======== Records for processing ========

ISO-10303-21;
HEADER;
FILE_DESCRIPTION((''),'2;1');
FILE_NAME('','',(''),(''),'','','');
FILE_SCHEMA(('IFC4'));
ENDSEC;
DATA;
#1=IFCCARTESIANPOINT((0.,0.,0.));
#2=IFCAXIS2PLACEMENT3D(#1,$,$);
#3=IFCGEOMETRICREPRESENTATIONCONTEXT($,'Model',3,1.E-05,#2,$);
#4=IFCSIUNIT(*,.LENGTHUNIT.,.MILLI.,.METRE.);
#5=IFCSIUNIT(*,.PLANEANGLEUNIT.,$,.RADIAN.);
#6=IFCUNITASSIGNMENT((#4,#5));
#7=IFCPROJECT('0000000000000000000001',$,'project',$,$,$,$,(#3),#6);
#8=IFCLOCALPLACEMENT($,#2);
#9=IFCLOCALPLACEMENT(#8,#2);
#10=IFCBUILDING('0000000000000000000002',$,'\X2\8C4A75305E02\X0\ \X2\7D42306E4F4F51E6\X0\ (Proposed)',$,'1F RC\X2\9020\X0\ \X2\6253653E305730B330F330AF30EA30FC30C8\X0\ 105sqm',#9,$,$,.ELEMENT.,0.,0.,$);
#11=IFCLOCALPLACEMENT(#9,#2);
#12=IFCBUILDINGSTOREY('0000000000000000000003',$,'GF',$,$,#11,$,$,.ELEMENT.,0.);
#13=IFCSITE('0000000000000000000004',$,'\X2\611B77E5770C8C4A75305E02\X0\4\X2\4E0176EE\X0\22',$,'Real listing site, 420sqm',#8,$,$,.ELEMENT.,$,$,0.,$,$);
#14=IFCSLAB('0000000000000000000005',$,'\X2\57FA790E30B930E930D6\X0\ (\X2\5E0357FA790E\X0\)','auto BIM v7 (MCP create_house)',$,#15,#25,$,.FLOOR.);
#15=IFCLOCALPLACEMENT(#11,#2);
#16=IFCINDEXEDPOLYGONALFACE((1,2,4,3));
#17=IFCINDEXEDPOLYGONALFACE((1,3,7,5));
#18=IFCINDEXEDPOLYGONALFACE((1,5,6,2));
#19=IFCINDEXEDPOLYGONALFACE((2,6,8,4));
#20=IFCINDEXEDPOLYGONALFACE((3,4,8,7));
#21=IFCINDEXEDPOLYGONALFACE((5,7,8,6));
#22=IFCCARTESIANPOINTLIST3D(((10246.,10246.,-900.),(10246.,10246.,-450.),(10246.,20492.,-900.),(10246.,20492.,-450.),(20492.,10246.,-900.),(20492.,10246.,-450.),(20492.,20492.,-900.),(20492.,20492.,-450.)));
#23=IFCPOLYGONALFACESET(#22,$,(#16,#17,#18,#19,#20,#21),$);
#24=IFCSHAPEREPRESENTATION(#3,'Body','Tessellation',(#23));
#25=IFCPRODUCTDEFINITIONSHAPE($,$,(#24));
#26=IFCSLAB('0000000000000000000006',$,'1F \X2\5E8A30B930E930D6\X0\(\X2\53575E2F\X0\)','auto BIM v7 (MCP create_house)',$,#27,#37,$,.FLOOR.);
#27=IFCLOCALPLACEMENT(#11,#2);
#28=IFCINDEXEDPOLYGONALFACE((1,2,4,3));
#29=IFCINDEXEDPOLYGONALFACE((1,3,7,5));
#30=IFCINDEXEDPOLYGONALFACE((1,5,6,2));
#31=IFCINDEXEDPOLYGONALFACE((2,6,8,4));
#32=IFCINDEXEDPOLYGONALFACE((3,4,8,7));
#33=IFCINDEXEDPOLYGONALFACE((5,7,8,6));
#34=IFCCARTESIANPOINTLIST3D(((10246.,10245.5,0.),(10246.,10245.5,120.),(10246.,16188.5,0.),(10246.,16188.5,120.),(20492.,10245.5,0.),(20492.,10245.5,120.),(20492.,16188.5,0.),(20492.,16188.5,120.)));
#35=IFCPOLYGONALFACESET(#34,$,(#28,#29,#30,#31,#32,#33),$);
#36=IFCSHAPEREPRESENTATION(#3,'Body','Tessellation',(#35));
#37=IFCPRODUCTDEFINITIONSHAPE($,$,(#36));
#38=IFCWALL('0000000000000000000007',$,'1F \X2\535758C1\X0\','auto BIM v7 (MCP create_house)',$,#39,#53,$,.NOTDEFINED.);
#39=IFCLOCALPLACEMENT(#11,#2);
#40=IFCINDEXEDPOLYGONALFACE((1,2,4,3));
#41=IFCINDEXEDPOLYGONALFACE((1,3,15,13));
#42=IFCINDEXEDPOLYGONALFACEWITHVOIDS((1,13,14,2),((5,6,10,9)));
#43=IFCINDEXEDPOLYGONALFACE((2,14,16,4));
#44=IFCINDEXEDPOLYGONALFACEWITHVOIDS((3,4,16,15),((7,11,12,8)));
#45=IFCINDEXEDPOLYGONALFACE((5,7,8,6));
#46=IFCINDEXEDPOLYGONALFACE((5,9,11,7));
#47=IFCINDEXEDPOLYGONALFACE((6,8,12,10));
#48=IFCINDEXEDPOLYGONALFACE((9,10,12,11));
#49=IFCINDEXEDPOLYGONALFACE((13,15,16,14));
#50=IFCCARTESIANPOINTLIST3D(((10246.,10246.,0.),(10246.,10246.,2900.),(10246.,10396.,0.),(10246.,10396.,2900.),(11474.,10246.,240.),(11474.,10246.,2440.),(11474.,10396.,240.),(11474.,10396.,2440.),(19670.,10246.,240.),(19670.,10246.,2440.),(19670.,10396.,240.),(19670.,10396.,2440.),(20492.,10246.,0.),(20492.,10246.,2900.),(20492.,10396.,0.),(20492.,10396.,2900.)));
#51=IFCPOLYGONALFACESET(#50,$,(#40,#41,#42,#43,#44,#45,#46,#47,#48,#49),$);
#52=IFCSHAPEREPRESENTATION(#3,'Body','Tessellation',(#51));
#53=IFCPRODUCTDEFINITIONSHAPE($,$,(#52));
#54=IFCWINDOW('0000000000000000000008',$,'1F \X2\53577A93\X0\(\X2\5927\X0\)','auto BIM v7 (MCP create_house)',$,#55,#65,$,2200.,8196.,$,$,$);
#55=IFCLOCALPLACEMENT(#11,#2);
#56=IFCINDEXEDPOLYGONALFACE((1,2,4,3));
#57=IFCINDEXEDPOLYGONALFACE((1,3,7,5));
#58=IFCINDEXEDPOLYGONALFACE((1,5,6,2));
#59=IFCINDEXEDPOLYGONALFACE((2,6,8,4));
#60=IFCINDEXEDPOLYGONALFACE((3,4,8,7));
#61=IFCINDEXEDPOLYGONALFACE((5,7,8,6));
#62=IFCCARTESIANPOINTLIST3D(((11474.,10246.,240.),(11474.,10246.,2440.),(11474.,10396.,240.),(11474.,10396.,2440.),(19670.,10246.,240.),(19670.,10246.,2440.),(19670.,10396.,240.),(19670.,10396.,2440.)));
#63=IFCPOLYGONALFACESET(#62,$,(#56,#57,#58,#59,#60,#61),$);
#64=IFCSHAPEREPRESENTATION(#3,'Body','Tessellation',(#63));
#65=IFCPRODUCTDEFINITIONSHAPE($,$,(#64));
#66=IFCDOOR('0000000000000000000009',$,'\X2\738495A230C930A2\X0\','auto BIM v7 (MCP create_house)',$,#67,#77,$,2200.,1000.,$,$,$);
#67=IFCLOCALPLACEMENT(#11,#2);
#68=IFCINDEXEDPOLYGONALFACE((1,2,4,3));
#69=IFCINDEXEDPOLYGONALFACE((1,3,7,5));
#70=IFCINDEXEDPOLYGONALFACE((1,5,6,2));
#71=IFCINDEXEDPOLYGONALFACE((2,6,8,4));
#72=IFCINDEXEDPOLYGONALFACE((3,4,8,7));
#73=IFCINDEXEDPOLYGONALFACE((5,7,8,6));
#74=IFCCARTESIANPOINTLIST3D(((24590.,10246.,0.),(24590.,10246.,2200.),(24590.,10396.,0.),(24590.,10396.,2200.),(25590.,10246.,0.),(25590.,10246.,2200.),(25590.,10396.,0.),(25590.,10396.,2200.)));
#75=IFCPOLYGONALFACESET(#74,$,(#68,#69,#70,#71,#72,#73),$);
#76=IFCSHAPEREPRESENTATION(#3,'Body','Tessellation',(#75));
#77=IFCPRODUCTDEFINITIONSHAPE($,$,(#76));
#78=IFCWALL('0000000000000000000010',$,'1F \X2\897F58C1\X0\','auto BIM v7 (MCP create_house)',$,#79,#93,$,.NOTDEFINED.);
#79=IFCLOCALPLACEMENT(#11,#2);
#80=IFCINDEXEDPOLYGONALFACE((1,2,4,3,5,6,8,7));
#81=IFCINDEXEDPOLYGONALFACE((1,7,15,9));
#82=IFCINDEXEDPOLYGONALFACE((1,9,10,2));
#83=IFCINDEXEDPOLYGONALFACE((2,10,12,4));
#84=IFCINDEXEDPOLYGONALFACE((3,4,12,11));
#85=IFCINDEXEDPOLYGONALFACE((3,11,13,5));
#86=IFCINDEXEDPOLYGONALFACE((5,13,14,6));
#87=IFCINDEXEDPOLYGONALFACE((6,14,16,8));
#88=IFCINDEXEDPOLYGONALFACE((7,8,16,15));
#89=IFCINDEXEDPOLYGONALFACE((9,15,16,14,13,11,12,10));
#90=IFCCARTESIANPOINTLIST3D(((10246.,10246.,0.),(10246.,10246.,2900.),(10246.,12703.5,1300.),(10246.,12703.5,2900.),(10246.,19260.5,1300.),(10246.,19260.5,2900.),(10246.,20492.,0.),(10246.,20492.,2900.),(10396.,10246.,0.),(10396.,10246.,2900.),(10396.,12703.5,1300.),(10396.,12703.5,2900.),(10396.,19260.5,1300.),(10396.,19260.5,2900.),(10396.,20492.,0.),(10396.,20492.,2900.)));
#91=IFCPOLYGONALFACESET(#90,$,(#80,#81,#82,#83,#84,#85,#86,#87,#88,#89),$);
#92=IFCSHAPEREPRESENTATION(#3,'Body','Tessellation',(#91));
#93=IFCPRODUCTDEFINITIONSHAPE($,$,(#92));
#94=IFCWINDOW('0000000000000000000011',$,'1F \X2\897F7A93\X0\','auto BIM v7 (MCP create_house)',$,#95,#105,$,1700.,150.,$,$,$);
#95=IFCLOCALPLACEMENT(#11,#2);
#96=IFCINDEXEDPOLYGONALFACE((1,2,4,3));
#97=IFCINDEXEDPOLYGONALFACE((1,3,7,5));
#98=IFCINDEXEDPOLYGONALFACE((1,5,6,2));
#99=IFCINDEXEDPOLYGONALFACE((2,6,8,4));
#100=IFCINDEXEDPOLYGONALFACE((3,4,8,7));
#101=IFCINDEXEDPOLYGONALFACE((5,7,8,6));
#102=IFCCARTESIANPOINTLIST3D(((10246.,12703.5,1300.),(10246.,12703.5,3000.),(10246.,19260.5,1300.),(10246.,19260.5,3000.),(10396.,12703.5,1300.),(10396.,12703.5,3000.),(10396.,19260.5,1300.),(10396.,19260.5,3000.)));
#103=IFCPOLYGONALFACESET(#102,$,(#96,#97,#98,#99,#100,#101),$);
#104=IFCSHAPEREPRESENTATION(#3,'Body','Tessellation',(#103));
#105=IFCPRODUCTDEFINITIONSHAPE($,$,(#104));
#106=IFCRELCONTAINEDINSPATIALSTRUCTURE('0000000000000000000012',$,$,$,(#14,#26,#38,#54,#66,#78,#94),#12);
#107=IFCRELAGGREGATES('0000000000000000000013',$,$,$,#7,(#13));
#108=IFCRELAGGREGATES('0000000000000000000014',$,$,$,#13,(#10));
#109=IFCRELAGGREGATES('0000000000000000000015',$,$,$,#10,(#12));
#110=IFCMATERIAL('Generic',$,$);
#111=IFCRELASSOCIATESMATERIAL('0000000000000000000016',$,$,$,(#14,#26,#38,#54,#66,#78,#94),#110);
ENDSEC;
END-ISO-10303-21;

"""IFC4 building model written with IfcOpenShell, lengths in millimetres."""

from ifc_helpers import new_model, si_unit, frame, frame_2d, origin, place, context, project, spatial, rectangle, extrude, material, element, fill, save


model = new_model("IFC4")

# Units and contexts
model_context = context("Model", 3, precision=1e-05, world=origin())
ifc_project = project(units=[si_unit("LENGTHUNIT", "METRE", prefix="MILLI"), si_unit("PLANEANGLEUNIT", "RADIAN")], contexts=[model_context])

# Site, building, storey
site_placement = place(None, origin())
site = spatial("IfcSite", under=ifc_project, at=site_placement, Name="愛知県豊田市4丁目22", ObjectType="Real listing site, 420sqm", CompositionType="ELEMENT", RefElevation=0.0)
building_placement = place(site_placement, origin())
building = spatial("IfcBuilding", under=site, at=building_placement, Name="豊田市 終の住処 (Proposed)", ObjectType="1F RC造 打放しコンクリート 105sqm", CompositionType="ELEMENT", ElevationOfRefHeight=0.0, ElevationOfTerrain=0.0)
storey_placement = place(building_placement, origin())
storey = spatial("IfcBuildingStorey", under=building, at=storey_placement, Name="GF", CompositionType="ELEMENT", Elevation=0.0)

# Slabs
ifc_material = material(Name="Generic")
slab_1_placement = place(storey_placement, frame((5123.0, 5123.0, -450.0)))
element("IfcSlab", 1, at=slab_1_placement, inside=storey, material=ifc_material, Name="基礎スラブ (布基礎)", Description="auto BIM v7 (MCP create_house)", PredefinedType="FLOOR", context=model_context, shape_type="SweptSolid", body=[
    extrude(rectangle(XDim=10246.0, YDim=10246.0, at=frame_2d((5123.0, 5123.0))), frame((5123.0, 5123.0, -450.0)), (0.0, 0.0, 1.0), 450.0),
])
slab_2_placement = place(storey_placement, frame((5123.0, 5123.0, 0.0)))
element("IfcSlab", 2, at=slab_2_placement, inside=storey, material=ifc_material, Name="1F 床スラブ(南帯)", Description="auto BIM v7 (MCP create_house)", PredefinedType="FLOOR", context=model_context, shape_type="SweptSolid", body=[
    extrude(rectangle(XDim=10246.0, YDim=5943.0, at=frame_2d((5123.0, 2971.0))), frame((5123.0, 5123.0, 0.0)), (0.0, 0.0, 1.0), 120.0),
])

========

[To do] Please count the lines above that contain the string "IFCINDEXEDPOLYGONALFACEWITHVOIDS" and reply with the number alone.

[Finished task] 2